I've always thought of IE as a kind of retard you have to make allowances for. "Oh that's just jimmy over there, we have to wipe the dribble off his face every once in a while but he seems happy"

# re: ECMAScript 3 and beyond

Saturday, January 19, 2008 8:41 AM by Tweak Vista

EDF,

The specification being "stable" for eight years means that it has not changed in eight years.  It does refers to the specification (EMCAScript), not the implementations (JavaScript and JScript).

Other than that, I fail to see how the stability of the specification had much to do with the emergence of AJAX technologies.  XMLHttpRequest is not a part of ECMAScript.

# re: ECMAScript 3 and beyond

Saturday, January 19, 2008 8:42 AM by LFERC

Thank you for pointing out some additional items which we will verify and then incorporate into our document. This sort of feedback is appreciated and is what we were looking for; if you know of other items that you believe should be included please let us know.

This is not just about "bugs" though. It is about understanding the de facto standard for ECMAScript. In the case of JScript, some of the deviations from the ECMAScript specification are true bugs while others are differences in interpretation of the specification. A whole section in the document is devoted to items that the specification explicitly left undefined. That said, it really doesn’t matter what category an item falls into; if programs depend upon identical behaviour in all browsers it becomes a compatibility issue going forward.

The emergence of Ajax has certainly increased Microsoft’s appreciation of the importance of ECMAScript on the web and we are investing accordingly. Ajax has raised the compatiblity-bar for ECMAScript and our own services and frameworks would benefit from the existance of such compatibility.
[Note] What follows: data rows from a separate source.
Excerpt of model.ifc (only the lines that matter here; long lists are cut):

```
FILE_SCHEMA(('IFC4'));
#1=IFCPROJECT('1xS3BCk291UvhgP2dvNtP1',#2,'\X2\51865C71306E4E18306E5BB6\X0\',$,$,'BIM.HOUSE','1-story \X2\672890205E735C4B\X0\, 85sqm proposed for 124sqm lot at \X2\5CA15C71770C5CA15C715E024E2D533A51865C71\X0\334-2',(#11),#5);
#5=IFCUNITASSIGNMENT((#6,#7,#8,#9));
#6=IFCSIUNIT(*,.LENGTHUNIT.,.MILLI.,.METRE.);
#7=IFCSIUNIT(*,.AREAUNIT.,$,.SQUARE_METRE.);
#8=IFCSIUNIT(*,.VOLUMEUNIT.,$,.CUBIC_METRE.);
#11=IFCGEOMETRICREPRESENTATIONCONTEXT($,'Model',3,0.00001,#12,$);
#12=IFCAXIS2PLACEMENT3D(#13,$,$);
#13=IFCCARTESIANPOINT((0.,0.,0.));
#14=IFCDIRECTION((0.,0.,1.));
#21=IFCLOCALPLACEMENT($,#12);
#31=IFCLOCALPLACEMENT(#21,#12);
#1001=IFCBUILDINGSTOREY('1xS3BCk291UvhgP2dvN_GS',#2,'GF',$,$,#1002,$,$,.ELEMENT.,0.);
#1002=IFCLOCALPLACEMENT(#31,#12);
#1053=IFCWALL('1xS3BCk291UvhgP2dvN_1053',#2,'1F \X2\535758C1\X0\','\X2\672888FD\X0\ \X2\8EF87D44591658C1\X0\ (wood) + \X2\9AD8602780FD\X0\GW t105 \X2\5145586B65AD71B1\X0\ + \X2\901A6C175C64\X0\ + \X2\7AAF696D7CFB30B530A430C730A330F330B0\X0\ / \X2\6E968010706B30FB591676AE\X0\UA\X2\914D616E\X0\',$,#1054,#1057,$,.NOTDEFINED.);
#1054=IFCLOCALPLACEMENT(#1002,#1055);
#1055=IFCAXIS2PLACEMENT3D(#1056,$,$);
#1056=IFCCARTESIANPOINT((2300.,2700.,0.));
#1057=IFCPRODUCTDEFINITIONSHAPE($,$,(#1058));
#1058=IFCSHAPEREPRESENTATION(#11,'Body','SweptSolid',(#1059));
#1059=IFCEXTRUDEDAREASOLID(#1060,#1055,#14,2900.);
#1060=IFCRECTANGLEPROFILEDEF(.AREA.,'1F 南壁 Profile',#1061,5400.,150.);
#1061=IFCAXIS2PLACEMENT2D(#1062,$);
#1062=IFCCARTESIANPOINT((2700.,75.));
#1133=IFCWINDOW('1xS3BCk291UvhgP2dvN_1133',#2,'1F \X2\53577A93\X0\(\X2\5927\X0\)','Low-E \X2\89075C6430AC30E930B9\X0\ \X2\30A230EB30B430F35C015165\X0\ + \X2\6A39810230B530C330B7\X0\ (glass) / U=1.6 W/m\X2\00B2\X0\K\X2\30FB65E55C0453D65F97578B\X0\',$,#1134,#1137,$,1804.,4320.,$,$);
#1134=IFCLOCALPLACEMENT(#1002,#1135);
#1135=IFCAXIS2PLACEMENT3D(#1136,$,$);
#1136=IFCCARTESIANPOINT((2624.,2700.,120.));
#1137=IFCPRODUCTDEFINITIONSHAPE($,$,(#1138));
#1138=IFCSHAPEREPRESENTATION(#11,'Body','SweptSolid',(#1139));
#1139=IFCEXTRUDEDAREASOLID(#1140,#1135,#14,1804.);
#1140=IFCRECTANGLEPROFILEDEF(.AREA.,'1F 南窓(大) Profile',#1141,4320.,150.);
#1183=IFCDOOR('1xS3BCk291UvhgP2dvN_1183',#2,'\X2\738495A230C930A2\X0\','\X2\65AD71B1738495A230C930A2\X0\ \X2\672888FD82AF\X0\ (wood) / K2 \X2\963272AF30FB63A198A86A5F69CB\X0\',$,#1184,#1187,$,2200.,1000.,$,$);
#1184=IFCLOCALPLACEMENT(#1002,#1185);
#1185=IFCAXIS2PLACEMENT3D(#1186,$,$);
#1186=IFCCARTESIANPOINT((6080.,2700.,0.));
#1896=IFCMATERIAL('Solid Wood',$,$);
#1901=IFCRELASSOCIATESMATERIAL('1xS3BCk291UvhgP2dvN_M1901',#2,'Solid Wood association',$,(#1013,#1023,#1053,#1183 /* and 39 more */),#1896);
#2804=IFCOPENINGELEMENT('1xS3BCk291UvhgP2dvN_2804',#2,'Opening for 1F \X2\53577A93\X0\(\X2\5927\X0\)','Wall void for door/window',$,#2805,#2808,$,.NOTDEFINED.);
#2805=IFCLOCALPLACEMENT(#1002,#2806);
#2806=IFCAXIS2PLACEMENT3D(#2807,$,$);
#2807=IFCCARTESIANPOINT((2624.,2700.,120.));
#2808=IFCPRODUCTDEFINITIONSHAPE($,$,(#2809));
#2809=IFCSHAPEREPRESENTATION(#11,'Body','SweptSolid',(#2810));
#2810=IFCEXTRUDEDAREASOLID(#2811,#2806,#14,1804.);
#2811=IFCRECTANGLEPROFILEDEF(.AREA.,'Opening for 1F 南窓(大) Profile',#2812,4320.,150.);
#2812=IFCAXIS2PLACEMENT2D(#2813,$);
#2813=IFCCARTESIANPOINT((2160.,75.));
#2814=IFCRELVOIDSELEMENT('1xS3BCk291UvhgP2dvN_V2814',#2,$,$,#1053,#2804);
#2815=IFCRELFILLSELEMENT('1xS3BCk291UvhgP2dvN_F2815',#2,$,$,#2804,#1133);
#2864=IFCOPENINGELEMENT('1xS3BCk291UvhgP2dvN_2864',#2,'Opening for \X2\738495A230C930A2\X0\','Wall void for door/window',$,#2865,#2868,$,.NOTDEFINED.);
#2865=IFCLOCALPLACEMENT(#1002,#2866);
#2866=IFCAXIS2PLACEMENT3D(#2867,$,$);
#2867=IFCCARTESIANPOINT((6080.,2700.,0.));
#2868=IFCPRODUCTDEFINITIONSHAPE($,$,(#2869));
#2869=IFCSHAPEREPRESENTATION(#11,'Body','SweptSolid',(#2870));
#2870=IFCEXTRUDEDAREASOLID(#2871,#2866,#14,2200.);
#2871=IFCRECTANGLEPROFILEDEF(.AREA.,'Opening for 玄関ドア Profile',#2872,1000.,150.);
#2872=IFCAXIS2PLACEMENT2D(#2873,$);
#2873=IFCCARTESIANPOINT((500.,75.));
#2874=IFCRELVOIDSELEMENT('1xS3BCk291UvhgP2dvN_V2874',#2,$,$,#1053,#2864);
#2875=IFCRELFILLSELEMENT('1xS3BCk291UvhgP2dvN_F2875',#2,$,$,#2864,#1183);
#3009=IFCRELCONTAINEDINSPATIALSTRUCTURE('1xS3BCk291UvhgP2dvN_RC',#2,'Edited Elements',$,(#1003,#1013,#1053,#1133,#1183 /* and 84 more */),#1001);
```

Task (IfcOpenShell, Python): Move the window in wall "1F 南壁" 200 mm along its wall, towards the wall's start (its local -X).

```python
import ifcopenshell
import ifcopenshell.api.geometry
import ifcopenshell.util.placement

model = ifcopenshell.open("model.ifc")

window = model.by_id(1133)
opening = window.FillsVoids[0].RelatingOpeningElement
wall = opening.VoidsElements[0].RelatingBuildingElement

wall_matrix = ifcopenshell.util.placement.get_local_placement(wall.ObjectPlacement)
shift = wall_matrix[:3, 0] * -200.0
before = ifcopenshell.util.placement.get_local_placement(window.ObjectPlacement)[:3, 3].copy()

# The window is not placed relative to its opening, so move both.
for product in (opening, window):
    matrix = ifcopenshell.util.placement.get_local_placement(product.ObjectPlacement)
    matrix[:3, 3] += shift
    ifcopenshell.api.geometry.edit_object_placement(model, product=product, matrix=matrix, is_si=False)

after = ifcopenshell.util.placement.get_local_placement(window.ObjectPlacement)[:3, 3]
print("window moved by", (after - before).round(3) + 0.0)

model.write("model_rev.ifc")
```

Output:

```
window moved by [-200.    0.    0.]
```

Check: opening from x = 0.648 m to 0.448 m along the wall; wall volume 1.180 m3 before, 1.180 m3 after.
I am not claiming that JScript is the de facto standard. All I am saying is that before we can hope to improve compatiblity/interoperability among browsers it is essential to understand what has actually been implemented and what de facto agreements exist among the various browser implementations.

# re: ECMAScript 3 and beyond

Thursday, January 31, 2008 9:58 AM by Tristan

I'm hoping someone can clear this up for me. If I have a script that is defined as;

<script type="text/javascript" language="JavaScript">

//some code

</script>

Will IE treat this in exactly the same way as if the script had been marked as JScript or does it treat it differently?

# JScript in Internet Explorer 8 Beta 1 for Developers

Wednesday, March 05, 2008 3:54 PM by JScript Blog

Making developers more productive through the design, development, and debug phases of web application

# re: ECMAScript 3 and beyond

Wednesday, February 04, 2009 5:55 AM by Scato

Wow, lots of M$ and IE-bashing...

I bet Pratap's intentions were good, but I agree: too little too late

I'm a webdeveloper. I write JS and PHP. I prefer PHP because it runs in a controlled environment. This is because it runs server side. Nothing running client-side will ever have this luxury. Even Flash/AS has it's client-dependencies (eg relative URL's). Every compiled application requires installation. This process is also dependent on which client it runs on. This is why we have installation wizards.

You will never get rid of installation software. You will never get rid of JavaScript cross-browser frameworks.

This is not an excuse not to fix bugs. M$ is doing a very poor job at this. Fix bugs. Fix them. Don't tell me they're a design feature. Fix them.